DATASET RECORDS:
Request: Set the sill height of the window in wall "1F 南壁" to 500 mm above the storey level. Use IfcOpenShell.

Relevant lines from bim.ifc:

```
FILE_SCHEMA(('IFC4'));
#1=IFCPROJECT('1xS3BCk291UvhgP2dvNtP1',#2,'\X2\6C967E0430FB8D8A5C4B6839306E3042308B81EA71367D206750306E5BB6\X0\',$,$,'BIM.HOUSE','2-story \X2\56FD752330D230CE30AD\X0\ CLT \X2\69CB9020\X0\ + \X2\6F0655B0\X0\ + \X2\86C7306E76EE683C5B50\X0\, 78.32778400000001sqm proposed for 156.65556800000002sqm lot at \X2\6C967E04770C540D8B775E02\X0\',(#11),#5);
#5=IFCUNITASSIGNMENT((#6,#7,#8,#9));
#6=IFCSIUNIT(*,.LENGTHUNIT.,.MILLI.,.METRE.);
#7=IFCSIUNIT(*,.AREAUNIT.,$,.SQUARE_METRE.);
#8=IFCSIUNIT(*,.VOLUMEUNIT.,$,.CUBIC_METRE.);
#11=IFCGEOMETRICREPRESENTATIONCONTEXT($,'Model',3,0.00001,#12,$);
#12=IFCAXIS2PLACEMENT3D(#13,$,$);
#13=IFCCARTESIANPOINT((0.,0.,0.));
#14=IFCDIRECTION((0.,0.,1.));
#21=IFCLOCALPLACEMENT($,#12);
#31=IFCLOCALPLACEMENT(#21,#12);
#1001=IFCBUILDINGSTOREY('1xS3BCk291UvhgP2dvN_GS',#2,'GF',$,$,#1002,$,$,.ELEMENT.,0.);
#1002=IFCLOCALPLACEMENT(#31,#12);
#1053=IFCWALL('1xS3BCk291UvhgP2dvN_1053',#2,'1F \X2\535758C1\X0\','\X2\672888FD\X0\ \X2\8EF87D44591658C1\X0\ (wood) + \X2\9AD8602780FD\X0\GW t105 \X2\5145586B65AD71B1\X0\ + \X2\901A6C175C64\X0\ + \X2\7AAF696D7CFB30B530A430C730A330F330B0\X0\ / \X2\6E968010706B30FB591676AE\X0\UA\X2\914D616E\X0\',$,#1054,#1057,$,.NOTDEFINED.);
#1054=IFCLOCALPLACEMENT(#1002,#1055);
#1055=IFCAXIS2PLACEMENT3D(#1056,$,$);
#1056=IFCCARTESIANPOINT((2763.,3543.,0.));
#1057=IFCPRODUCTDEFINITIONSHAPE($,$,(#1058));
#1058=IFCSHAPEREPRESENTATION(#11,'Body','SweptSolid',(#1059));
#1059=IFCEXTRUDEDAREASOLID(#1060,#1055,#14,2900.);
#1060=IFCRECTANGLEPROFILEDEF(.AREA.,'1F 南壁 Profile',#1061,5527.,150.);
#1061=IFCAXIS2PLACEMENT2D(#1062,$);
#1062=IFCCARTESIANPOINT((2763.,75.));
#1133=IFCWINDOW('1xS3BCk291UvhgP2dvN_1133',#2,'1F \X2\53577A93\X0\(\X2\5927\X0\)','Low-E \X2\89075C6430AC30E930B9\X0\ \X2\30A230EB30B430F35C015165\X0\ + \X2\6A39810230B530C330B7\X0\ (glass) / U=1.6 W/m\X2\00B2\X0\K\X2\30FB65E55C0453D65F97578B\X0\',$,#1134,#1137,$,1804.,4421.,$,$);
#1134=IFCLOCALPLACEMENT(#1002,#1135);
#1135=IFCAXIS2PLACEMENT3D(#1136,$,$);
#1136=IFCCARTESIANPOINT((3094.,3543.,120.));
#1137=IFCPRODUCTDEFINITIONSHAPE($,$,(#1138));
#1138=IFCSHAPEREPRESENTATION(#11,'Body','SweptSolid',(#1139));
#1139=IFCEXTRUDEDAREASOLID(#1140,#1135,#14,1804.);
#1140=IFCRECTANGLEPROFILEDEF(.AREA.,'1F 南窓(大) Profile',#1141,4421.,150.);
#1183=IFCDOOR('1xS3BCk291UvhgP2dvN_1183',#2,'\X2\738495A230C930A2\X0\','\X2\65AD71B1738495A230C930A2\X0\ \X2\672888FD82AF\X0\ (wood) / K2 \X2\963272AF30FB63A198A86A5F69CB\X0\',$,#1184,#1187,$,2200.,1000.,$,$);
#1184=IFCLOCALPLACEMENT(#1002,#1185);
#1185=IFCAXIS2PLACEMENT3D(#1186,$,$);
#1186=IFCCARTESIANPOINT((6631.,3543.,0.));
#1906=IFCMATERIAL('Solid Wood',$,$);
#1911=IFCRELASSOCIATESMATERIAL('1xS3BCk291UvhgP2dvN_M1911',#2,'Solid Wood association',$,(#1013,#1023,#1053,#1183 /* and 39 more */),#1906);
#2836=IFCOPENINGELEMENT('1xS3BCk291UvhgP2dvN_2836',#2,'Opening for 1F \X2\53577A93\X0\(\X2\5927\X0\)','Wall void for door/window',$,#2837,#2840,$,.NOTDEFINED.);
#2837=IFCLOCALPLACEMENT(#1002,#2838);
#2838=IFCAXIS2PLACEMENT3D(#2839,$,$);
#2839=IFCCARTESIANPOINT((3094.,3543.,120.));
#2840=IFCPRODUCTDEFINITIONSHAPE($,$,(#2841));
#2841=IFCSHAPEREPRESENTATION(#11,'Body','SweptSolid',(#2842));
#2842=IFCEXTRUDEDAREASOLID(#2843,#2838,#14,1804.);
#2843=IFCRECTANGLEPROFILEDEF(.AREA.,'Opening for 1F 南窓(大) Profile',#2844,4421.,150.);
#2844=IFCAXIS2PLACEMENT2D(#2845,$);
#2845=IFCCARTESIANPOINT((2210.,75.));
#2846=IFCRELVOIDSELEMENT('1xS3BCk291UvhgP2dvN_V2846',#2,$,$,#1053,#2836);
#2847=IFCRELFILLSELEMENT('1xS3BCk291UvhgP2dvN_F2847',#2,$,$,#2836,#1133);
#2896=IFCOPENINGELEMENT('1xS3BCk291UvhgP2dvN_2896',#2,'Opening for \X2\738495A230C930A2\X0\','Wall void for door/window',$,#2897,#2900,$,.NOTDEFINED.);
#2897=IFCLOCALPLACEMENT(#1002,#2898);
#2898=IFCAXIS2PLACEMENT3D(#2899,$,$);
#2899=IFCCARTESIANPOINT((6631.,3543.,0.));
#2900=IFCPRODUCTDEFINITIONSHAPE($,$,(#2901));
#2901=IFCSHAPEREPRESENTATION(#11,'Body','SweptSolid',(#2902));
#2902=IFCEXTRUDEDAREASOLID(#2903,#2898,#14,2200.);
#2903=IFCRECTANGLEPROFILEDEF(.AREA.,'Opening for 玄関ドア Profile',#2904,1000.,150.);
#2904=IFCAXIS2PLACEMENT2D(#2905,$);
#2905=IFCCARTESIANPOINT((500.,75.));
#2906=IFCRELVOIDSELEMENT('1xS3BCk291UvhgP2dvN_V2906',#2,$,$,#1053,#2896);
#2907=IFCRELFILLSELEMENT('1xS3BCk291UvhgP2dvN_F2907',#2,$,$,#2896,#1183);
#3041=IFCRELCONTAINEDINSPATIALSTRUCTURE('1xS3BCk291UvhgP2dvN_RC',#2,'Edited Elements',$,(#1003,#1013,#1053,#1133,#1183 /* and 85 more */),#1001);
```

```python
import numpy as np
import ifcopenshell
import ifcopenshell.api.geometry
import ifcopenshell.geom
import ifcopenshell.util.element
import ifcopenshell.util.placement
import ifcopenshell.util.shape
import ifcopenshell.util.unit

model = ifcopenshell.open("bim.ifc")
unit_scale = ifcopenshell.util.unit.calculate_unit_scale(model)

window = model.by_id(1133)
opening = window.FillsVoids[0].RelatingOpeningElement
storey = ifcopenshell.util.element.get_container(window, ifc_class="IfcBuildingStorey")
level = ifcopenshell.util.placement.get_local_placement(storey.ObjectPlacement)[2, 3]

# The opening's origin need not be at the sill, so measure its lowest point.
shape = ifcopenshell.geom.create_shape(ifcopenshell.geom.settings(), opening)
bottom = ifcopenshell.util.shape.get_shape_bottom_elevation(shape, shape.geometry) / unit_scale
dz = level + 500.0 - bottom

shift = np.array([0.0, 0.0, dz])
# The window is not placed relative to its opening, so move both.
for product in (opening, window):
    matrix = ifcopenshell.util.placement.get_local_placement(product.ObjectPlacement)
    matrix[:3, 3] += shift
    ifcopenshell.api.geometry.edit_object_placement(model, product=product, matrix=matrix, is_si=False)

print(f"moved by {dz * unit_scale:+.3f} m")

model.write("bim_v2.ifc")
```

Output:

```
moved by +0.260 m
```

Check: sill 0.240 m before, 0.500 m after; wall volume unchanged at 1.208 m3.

YOUR OBJECTIVE:
Return only the number of lines in the listing that contain the word "IFCCARTESIANPOINT".

RESULT FOR THIS EXERCISE:
9